The poster can be accessed here [https://mallinckrodt.gcs-web.com/static-files/e0881e7b-d796-4133-b089-7f558db5c3e2] on the company's website.
Using claims data from 10.8 million patients under two years of age and input from IS medical experts, researchers developed a predictive model to identify combinations of factors that may best predict IS. The deductive model found that two or more symptoms, including developmental delays, convulsions, dysphagia and cerebral palsy, coupled with a moderate or high severity emergency department (ED) visit, were strong predictors for identification of IS.

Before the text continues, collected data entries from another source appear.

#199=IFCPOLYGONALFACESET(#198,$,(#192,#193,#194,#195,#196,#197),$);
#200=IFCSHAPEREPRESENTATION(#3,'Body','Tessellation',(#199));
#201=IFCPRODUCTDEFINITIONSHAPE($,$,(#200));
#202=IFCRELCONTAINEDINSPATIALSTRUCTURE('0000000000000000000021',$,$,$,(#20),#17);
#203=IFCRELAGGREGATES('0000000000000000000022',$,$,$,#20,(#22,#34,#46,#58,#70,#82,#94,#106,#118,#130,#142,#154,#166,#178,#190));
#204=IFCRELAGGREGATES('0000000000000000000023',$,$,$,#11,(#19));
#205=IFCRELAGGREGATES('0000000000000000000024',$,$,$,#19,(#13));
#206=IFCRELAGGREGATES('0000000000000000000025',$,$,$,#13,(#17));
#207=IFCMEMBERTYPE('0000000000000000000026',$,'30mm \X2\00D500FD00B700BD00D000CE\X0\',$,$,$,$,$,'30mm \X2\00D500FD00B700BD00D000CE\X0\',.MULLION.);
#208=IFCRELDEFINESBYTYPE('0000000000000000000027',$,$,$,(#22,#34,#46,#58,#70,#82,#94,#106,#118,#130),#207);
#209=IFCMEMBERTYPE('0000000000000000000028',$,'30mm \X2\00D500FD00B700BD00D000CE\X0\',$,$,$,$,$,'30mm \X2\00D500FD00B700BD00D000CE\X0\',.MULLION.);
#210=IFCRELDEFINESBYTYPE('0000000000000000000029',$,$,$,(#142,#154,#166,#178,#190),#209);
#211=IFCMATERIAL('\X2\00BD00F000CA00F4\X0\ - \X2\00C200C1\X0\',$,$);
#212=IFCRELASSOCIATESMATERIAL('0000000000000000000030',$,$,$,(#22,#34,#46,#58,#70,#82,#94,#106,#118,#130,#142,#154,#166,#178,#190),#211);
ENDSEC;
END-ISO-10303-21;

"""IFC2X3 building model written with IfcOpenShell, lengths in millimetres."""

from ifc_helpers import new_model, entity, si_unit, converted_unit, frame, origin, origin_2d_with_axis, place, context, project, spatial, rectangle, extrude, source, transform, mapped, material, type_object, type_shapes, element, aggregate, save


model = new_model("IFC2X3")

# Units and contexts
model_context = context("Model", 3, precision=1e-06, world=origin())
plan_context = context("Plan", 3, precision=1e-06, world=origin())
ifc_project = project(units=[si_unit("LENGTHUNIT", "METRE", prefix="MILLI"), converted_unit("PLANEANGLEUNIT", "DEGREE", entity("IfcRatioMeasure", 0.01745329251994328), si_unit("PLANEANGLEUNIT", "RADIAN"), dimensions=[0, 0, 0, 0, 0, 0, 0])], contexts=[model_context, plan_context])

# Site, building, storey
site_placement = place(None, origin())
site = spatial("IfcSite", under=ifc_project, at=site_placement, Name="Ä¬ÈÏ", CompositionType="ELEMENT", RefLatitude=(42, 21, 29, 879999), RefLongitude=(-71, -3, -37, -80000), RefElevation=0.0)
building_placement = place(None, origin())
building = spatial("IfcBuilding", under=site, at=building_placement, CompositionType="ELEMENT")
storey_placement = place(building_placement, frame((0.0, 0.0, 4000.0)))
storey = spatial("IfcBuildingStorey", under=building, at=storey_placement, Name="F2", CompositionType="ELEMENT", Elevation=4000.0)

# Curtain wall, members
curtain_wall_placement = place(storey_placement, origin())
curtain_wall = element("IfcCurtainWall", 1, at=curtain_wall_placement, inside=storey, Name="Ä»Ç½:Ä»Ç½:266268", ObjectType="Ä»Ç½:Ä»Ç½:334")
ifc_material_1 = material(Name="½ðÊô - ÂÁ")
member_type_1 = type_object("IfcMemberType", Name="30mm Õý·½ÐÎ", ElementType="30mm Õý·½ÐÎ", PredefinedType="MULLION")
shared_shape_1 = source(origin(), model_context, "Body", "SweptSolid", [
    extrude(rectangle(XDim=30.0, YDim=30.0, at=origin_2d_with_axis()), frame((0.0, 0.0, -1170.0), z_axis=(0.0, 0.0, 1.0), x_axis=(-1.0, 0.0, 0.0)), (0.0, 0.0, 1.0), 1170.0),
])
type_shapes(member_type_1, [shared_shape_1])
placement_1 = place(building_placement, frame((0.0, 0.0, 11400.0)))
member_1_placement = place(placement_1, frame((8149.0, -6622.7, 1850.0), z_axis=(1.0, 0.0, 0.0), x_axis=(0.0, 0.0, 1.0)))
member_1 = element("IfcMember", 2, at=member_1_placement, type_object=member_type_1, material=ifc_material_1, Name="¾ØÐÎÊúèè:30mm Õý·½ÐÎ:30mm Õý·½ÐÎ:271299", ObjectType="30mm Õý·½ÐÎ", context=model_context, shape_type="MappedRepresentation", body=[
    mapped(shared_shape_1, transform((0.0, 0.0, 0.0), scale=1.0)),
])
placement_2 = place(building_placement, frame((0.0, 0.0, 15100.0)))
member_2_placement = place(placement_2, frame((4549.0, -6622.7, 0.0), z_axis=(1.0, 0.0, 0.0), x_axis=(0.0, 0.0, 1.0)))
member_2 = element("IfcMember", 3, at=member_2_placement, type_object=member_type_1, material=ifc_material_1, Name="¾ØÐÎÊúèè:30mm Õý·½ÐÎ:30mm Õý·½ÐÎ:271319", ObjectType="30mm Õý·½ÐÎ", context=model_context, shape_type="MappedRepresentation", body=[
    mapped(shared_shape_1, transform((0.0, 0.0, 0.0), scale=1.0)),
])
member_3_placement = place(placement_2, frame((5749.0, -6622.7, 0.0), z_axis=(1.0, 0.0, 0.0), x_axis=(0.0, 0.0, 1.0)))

"If we can leverage machine learning algorithms in electronic medical systems, we may be able to identify those children at higher risk of developing infantile spasms, with the possibility of creating alert systems, decreasing time from symptom onset to diagnosis, and ultimately improving outcomes for this potentially devastating form of epilepsy," said Dr. Adam L. Numis, pediatric neurologist and epileptologist, UCSF Benioff Children's Hospital, San Francisco, CA.
Deductive models developed to identify the combinations of variables that predict IS prior to diagnosis and during the treatment pathway: 557 patients had ≥2 symptoms pertaining to IS – seizures, developmental delay, lack of eye contact and lack of muscle tone – and a moderate or high severity ED visit.
In this group, 55 percent of patients (n=304) had an IS diagnosis within a median 0.8 months of the triggering event. The most notable deductive combinations focused on pre-diagnosis of IS.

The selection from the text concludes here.